The first part, WorkSmart, focuses on giving every person involved in a project, from the client to the electrician, a voice.

“It uses lean management processes to fully engage all of the project participants,” says Strange. “We’re going to measure that by the reliability of the promises that we make. We’re not just putting schedules on the wall and having them be static images. We’re measuring the reliability of commitments week by week on the project.”

The second part, WorkRight, focuses on helping owners have clear expectations and make informed decisions around building system performance before the project building starts.

WorkRight also focuses on ensuring all building systems are up to standard before the project is complete.

“If we say the humidity and the temperature is going to be at a certain level in a certain room, and we all agree that we’ve designed a system that is going to provide that, we don’t wait until the system is occupied to validate that that has happened,” says Strange. “We validate it from the first day.”

The third part of the ValuePath program is called WorkGuaranteed.

This focuses on giving the owner control of performance.

“Too often in construction, the construction industry is saying to the owner, ‘You need to step out of our way,’” says Strange. “We want to pull the owner in. The way we’re doing that is by sitting down with the owner’s leadership team and identifying their goals for the project, whether it is for the project not to disrupt the students when we’re working in an acting school or infection control when we’re inside a hospital.

“We put our fees at risk against the owner’s goals instead of just getting the building built, no matter how difficult the process.

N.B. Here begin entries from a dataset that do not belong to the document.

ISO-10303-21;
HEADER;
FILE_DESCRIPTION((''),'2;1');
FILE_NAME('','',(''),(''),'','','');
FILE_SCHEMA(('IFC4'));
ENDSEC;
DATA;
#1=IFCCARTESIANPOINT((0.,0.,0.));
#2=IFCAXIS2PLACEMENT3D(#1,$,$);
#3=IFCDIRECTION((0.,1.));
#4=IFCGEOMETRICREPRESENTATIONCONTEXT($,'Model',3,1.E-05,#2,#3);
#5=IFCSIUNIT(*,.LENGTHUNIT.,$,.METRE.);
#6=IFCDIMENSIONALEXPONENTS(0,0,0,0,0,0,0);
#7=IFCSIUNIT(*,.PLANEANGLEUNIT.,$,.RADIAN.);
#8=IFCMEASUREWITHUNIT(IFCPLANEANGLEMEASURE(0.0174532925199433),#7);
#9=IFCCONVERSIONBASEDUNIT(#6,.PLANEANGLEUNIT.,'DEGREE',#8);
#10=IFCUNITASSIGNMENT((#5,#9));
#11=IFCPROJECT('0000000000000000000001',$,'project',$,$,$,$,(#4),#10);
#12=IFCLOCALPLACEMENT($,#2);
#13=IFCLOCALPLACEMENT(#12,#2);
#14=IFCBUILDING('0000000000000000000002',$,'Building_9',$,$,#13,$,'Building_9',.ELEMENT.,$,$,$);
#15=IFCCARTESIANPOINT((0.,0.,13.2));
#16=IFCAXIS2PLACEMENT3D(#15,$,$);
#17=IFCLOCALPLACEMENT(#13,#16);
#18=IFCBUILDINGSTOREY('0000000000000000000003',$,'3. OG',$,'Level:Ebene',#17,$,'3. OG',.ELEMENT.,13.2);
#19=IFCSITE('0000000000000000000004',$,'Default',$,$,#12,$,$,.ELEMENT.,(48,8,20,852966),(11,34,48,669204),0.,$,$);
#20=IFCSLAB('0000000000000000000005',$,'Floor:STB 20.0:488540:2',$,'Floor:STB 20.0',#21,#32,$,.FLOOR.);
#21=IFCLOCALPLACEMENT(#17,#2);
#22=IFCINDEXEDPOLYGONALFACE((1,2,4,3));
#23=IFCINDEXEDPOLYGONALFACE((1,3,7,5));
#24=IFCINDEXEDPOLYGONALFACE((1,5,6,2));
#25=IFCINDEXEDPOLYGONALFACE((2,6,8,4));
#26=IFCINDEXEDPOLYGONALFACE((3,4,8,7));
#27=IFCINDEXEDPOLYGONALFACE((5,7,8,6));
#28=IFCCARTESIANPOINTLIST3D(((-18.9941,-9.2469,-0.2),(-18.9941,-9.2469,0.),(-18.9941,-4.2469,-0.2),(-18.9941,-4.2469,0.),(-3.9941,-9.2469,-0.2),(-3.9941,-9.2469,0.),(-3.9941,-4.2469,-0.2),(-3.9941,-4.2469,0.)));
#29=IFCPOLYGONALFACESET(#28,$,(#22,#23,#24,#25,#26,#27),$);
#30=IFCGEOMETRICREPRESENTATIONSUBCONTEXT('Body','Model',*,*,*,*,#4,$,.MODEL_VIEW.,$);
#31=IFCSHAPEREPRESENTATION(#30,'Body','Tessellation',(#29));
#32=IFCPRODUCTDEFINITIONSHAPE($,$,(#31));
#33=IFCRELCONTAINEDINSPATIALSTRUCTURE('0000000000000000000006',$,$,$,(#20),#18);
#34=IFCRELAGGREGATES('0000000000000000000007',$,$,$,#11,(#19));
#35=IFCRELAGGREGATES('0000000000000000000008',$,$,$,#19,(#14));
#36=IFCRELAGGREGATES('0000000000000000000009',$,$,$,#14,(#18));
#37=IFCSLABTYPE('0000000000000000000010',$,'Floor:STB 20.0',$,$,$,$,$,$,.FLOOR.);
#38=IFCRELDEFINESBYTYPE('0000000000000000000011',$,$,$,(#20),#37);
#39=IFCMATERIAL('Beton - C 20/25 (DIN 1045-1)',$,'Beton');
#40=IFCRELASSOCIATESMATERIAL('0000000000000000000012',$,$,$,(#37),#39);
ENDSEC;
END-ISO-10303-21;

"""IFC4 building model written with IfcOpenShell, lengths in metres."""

from ifc_helpers import new_model, entity, si_unit, converted_unit, direction, frame, frame_2d, origin, place, context, subcontext, project, spatial, rectangle, extrude, material, type_object, element, save


model = new_model("IFC4")

# Units and contexts
model_context = context("Model", 3, precision=1e-05, world=origin(), true_north=direction((0.0, 1.0)))
body_context = subcontext(model_context, "Body", "Model", "MODEL_VIEW")
ifc_project = project(units=[si_unit("LENGTHUNIT", "METRE"), converted_unit("PLANEANGLEUNIT", "DEGREE", entity("IfcPlaneAngleMeasure", 0.0174532925199433), si_unit("PLANEANGLEUNIT", "RADIAN"), dimensions=[0, 0, 0, 0, 0, 0, 0])], contexts=[model_context])

# Site, building, storey
site_placement = place(None, origin())
site = spatial("IfcSite", under=ifc_project, at=site_placement, Name="Default", CompositionType="ELEMENT", RefLatitude=(48, 8, 20, 852966), RefLongitude=(11, 34, 48, 669204), RefElevation=0.0)
building_placement = place(site_placement, origin())
building = spatial("IfcBuilding", under=site, at=building_placement, Name="Building_9", LongName="Building_9", CompositionType="ELEMENT")
storey_placement = place(building_placement, frame((0.0, 0.0, 13.2)))
storey = spatial("IfcBuildingStorey", under=building, at=storey_placement, Name="3. OG", ObjectType="Level:Ebene", LongName="3. OG", CompositionType="ELEMENT", Elevation=13.2)

# Slab
ifc_material = material(Name="Beton - C 20/25 (DIN 1045-1)", Category="Beton")
slab_type = type_object("IfcSlabType", Name="Floor:STB 20.0", PredefinedType="FLOOR", material=ifc_material)
slab_1_placement = place(storey_placement, frame((-18.9941, -9.2469, -0.2)))
element("IfcSlab", 1, at=slab_1_placement, inside=storey, type_object=slab_type, Name="Floor:STB 20.0:488540:2", ObjectType="Floor:STB 20.0", PredefinedType="FLOOR", context=body_context, shape_type="SweptSolid", body=[
    extrude(rectangle(XDim=15.0, YDim=5.0, at=frame_2d((0.0, -17.0), x_axis=(-1.0, 0.0))), frame((7.5, 19.5, 0.2), z_axis=(0.0, 0.0, -1.0), x_axis=(-1.0, 0.0, 0.0)), (0.0, 0.0, 1.0), 0.2),
])

save(model, "model.ifc")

We’re having the owner’s goals be at the center of performance.”

While the new, three-step ValuePath has been in place internally for a while, it’s only recently been introduced to clients.

“We kind of have a bias for using things in our own lives before telling other people it’s good for them,” says Strange. “Because we perform both lump-sum and competitive, negotiated work, we’re able to test these processes when our dollars are at risk.

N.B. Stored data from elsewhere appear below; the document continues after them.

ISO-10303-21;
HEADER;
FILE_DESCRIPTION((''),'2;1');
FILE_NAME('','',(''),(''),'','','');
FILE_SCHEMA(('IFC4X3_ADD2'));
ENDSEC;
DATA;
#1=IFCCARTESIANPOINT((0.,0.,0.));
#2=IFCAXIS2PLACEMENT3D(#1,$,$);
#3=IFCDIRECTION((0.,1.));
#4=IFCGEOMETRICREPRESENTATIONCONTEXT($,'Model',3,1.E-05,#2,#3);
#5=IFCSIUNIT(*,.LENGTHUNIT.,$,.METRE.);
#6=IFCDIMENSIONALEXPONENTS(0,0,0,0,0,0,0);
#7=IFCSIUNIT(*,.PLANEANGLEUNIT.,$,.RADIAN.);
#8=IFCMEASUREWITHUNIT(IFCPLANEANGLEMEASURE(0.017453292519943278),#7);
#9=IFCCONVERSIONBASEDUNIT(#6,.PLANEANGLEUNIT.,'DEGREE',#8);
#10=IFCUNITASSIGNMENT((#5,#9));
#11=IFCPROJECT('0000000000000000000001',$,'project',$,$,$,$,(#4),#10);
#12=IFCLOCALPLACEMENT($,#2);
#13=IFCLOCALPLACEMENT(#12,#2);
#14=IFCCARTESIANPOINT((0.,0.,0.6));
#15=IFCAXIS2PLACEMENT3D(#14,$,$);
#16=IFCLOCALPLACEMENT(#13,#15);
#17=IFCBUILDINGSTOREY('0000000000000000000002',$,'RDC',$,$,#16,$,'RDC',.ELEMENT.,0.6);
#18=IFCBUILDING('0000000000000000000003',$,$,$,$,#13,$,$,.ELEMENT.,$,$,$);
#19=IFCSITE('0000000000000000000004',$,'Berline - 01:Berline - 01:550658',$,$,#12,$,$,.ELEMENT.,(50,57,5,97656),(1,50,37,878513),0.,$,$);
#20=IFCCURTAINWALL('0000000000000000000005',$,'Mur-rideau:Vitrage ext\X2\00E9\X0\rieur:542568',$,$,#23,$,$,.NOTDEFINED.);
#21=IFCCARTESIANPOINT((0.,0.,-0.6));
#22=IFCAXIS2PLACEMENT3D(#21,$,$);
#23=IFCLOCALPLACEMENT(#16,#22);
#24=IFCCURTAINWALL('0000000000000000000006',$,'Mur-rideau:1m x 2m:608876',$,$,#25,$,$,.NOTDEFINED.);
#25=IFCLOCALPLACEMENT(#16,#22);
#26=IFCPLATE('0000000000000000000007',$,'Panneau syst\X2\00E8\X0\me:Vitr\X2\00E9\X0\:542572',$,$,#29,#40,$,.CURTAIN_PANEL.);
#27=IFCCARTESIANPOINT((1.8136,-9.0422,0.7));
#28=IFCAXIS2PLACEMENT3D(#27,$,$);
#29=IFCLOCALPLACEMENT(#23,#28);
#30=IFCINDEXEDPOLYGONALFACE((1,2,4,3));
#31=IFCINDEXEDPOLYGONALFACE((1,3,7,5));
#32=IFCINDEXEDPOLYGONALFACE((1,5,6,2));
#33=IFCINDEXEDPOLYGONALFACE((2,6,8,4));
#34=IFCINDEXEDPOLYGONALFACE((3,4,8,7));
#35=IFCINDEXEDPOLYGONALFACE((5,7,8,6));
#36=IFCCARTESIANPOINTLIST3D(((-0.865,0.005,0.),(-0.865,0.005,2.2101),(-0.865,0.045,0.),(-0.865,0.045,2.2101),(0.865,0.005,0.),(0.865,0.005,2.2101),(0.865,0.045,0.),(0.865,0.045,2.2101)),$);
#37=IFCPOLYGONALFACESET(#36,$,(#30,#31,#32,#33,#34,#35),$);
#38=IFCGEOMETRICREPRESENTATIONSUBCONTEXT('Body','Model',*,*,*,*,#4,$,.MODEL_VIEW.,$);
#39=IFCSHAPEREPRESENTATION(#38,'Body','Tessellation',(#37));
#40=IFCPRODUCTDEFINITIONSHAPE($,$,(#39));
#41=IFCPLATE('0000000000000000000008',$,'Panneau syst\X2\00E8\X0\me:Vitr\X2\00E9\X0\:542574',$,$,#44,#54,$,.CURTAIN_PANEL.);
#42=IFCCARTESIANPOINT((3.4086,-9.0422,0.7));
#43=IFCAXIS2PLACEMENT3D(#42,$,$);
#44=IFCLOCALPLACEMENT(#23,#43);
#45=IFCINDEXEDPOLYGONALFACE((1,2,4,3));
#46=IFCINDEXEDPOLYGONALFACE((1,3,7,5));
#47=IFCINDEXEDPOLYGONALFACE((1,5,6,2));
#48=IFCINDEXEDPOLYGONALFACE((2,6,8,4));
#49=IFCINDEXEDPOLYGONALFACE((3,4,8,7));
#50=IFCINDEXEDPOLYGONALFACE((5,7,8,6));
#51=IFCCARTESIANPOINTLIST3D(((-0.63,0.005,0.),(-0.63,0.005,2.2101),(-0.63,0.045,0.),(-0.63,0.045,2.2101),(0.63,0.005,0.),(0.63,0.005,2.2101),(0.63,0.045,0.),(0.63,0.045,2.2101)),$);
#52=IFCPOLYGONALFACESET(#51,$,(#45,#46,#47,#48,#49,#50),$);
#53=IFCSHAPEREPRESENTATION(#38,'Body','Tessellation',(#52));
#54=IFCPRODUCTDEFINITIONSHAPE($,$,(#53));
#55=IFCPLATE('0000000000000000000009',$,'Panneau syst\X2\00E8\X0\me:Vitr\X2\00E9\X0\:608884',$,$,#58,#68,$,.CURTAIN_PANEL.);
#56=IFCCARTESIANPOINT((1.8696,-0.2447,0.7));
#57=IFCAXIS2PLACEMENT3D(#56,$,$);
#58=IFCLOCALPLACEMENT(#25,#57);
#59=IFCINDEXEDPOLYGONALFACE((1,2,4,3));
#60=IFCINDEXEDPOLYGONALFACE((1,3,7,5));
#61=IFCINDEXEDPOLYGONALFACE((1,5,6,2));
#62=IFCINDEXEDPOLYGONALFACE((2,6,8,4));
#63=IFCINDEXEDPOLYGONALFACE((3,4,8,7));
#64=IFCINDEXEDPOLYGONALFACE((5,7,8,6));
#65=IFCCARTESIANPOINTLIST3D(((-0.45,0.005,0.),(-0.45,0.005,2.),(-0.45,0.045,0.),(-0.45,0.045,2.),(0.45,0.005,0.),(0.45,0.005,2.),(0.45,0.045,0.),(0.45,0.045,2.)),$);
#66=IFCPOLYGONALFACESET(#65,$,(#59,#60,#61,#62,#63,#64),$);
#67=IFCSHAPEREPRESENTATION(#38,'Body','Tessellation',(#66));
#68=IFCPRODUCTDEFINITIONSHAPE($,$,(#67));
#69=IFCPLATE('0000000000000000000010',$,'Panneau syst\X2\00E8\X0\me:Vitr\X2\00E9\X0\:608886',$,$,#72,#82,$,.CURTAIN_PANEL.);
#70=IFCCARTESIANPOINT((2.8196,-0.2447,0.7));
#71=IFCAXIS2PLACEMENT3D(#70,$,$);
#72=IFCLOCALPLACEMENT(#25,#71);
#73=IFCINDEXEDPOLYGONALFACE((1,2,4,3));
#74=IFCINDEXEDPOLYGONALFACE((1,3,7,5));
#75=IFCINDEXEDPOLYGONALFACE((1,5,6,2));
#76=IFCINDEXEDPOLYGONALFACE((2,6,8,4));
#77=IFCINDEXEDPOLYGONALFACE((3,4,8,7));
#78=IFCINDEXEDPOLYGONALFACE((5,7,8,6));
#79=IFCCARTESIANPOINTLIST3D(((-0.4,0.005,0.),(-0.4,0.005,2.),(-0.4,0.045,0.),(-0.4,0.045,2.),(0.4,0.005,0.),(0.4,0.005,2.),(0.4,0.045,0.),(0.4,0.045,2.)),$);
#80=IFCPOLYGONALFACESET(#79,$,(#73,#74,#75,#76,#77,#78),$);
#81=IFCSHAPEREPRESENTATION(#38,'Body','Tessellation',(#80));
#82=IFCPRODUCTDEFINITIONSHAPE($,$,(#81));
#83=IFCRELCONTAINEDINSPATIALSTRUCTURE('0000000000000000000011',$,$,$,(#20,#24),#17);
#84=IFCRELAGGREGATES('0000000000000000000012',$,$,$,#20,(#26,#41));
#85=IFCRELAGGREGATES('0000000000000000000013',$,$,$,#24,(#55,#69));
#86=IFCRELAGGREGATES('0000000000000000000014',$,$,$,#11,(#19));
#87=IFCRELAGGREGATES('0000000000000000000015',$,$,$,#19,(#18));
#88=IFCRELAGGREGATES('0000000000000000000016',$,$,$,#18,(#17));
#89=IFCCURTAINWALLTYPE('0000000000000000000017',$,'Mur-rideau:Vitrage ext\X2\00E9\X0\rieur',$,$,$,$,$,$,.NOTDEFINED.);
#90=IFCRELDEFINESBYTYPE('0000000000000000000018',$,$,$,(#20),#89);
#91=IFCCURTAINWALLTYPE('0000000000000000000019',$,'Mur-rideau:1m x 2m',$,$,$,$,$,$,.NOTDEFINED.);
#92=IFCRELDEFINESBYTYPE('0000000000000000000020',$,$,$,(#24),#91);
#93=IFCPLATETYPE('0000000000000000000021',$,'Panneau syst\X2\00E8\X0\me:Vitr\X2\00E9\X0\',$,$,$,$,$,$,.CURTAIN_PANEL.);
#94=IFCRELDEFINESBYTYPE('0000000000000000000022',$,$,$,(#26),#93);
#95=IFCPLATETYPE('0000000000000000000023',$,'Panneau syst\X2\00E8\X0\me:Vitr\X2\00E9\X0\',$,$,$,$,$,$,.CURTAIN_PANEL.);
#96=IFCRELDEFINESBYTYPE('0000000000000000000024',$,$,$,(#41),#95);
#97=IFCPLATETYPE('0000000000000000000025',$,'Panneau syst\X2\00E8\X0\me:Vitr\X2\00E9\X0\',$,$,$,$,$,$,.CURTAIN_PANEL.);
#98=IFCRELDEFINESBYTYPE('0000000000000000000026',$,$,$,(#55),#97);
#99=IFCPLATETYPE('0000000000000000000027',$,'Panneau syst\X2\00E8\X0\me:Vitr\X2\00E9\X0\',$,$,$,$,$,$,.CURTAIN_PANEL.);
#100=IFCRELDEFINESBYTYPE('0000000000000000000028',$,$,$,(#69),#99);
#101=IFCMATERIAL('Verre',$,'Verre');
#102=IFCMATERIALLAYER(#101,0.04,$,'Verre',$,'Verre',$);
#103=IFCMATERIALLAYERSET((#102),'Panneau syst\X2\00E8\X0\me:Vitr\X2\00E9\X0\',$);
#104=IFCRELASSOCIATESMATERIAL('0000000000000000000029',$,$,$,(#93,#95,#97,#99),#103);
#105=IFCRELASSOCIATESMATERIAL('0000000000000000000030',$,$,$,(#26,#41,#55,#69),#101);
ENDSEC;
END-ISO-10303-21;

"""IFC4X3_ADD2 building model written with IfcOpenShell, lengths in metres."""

from ifc_helpers import new_model, entity, si_unit, converted_unit, direction, frame, frame_2d, origin, place, context, subcontext, project, spatial, rectangle, extrude, source, transform, mapped, material, layer, layer_set, type_object, type_shapes, element, aggregate, save


model = new_model("IFC4X3_ADD2")

# Units and contexts
model_context = context("Model", 3, precision=1e-05, world=origin(), true_north=direction((0.0, 1.0)))
body_context = subcontext(model_context, "Body", "Model", "MODEL_VIEW")
ifc_project = project(units=[si_unit("LENGTHUNIT", "METRE"), converted_unit("PLANEANGLEUNIT", "DEGREE", entity("IfcPlaneAngleMeasure", 0.017453292519943278), si_unit("PLANEANGLEUNIT", "RADIAN"), dimensions=[0, 0, 0, 0, 0, 0, 0])], contexts=[model_context])

# Site, building, storey
site_placement = place(None, origin())
site = spatial("IfcSite", under=ifc_project, at=site_placement, Name="Berline - 01:Berline - 01:550658", CompositionType="ELEMENT", RefLatitude=(50, 57, 5, 97656), RefLongitude=(1, 50, 37, 878513), RefElevation=0.0)
building_placement = place(site_placement, origin())
building = spatial("IfcBuilding", under=site, at=building_placement, CompositionType="ELEMENT")
storey_placement = place(building_placement, frame((0.0, 0.0, 0.6)))
storey = spatial("IfcBuildingStorey", under=building, at=storey_placement, Name="RDC", LongName="RDC", CompositionType="ELEMENT", Elevation=0.6)

# Curtain walls
curtain_wall_type_1 = type_object("IfcCurtainWallType", Name="Mur-rideau:Vitrage extérieur", PredefinedType="NOTDEFINED")
curtain_wall_1_placement = place(storey_placement, frame((0.0, 0.0, -0.6)))
curtain_wall_1 = element("IfcCurtainWall", 1, at=curtain_wall_1_placement, inside=storey, type_object=curtain_wall_type_1, Name="Mur-rideau:Vitrage extérieur:542568", PredefinedType="NOTDEFINED")
curtain_wall_type_2 = type_object("IfcCurtainWallType", Name="Mur-rideau:1m x 2m", PredefinedType="NOTDEFINED")
curtain_wall_2_placement = place(storey_placement, frame((0.0, 0.0, -0.6)))
curtain_wall_2 = element("IfcCurtainWall", 2, at=curtain_wall_2_placement, inside=storey, type_object=curtain_wall_type_2, Name="Mur-rideau:1m x 2m:608876", PredefinedType="NOTDEFINED")

# Plates
ifc_material_1 = material(Name="Verre", Category="Verre")
ifc_layer_1 = layer(ifc_material_1, 0.04, Name="Verre", Category="Verre")
ifc_layer_set_1 = layer_set([ifc_layer_1], Name="Panneau système:Vitré")
plate_type_1 = type_object("IfcPlateType", Name="Panneau système:Vitré", PredefinedType="CURTAIN_PANEL", material=ifc_layer_set_1)
shared_shape_1 = source(origin(), body_context, "Body", "SweptSolid", [
    extrude(rectangle(XDim=0.04, YDim=1.73, at=frame_2d((0.0, 0.0), x_axis=(1.0, 0.0))), frame((0.0, 0.025, 0.0), z_axis=(0.0, 0.0, 1.0), x_axis=(0.0, 1.0, 0.0)), (0.0, 0.0, 1.0), 2.2101),
])
type_shapes(plate_type_1, [shared_shape_1])
plate_1_placement = place(curtain_wall_1_placement, frame((1.8136, -9.0422, 0.7)))
plate_1 = element("IfcPlate", 3, at=plate_1_placement, type_object=plate_type_1, material=ifc_material_1, Name="Panneau système:Vitré:542572", PredefinedType="CURTAIN_PANEL", context=body_context, shape_type="MappedRepresentation", body=[
    mapped(shared_shape_1, transform((0.0, 0.0, 0.0), scale=1.0)),
])
plate_type_2 = type_object("IfcPlateType", Name="Panneau système:Vitré", PredefinedType="CURTAIN_PANEL", material=ifc_layer_set_1)
shared_shape_2 = source(origin(), body_context, "Body", "SweptSolid", [
    extrude(rectangle(XDim=0.04, YDim=1.26, at=frame_2d((0.0, 0.0), x_axis=(1.0, 0.0))), frame((0.0, 0.025, 0.0), z_axis=(0.0, 0.0, 1.0), x_axis=(0.0, 1.0, 0.0)), (0.0, 0.0, 1.0), 2.2101),
])
type_shapes(plate_type_2, [shared_shape_2])
plate_2_placement = place(curtain_wall_1_placement, frame((3.4086, -9.0422, 0.7)))
plate_2 = element("IfcPlate", 4, at=plate_2_placement, type_object=plate_type_2, material=ifc_material_1, Name="Panneau système:Vitré:542574", PredefinedType="CURTAIN_PANEL", context=body_context, shape_type="MappedRepresentation", body=[
    mapped(shared_shape_2, transform((0.0, 0.0, 0.0), scale=1.0)),
])
aggregate(curtain_wall_1, [plate_1, plate_2])
plate_type_3 = type_object("IfcPlateType", Name="Panneau système:Vitré", PredefinedType="CURTAIN_PANEL", material=ifc_layer_set_1)
shared_shape_3 = source(origin(), body_context, "Body", "SweptSolid", [
    extrude(rectangle(XDim=0.04, YDim=0.9, at=frame_2d((0.0, 0.0), x_axis=(1.0, 0.0))), frame((0.0, 0.025, 0.0), z_axis=(0.0, 0.0, 1.0), x_axis=(0.0, 1.0, 0.0)), (0.0, 0.0, 1.0), 2.0),
])
type_shapes(plate_type_3, [shared_shape_3])
plate_3_placement = place(curtain_wall_2_placement, frame((1.8696, -0.2447, 0.7)))
plate_3 = element("IfcPlate", 5, at=plate_3_placement, type_object=plate_type_3, material=ifc_material_1, Name="Panneau système:Vitré:608884", PredefinedType="CURTAIN_PANEL", context=body_context, shape_type="MappedRepresentation", body=[
    mapped(shared_shape_3, transform((0.0, 0.0, 0.0), scale=1.0)),
])
plate_type_4 = type_object("IfcPlateType", Name="Panneau système:Vitré", PredefinedType="CURTAIN_PANEL", material=ifc_layer_set_1)
shared_shape_4 = source(origin(), body_context, "Body", "SweptSolid", [
    extrude(rectangle(XDim=0.04, YDim=0.8, at=frame_2d((0.0, 0.0), x_axis=(1.0, 0.0))), frame((0.0, 0.025, 0.0), z_axis=(0.0, 0.0, 1.0), x_axis=(0.0, 1.0, 0.0)), (0.0, 0.0, 1.0), 2.0),
])
type_shapes(plate_type_4, [shared_shape_4])
plate_4_placement = place(curtain_wall_2_placement, frame((2.8196, -0.2447, 0.7)))
plate_4 = element("IfcPlate", 6, at=plate_4_placement, type_object=plate_type_4, material=ifc_material_1, Name="Panneau système:Vitré:608886", PredefinedType="CURTAIN_PANEL", context=body_context, shape_type="MappedRepresentation", body=[
    mapped(shared_shape_4, transform((0.0, 0.0, 0.0), scale=1.0)),
])
aggregate(curtain_wall_2, [plate_3, plate_4])

save(model, "model.ifc")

“So what we’ve done is we’ve adopted processes and started applying them, and then after we have them validated, (we) ramp up the communication process around them. We didn’t want to go out and push something on the sales side until we had measurement of the results on the performance side.”

Thus far, the results have been good.

While the project continues to evolve and Strange expects ValuePath to be the work of a lifetime, preliminary results are promising. In 2003, the company brought in revenue of $404 million; in 2005, it completed more than $500 million worth of commercial construction projects.

And maybe more important, the project has helped change the way Messer employees approach new projects. It has given the company an identity that focuses construction in the right direction.

“What this is really about is taking a circle that has traditionally faced inward, where construction people dealt only with construction people, and turning that circle and facing it outward,” says Strange. “[We have to make] sure that everywhere we can, our efforts are connected directly to the owner’s purpose. I’ll tell you what that has done for us — we’re very proud of every project we do.

“We used to be in a trap of measuring progress by cubic yards — you know, 1,000 cubic yards is better than 500. But small projects can have just as much an impact on the community and on the outcomes as large projects. We know that now.”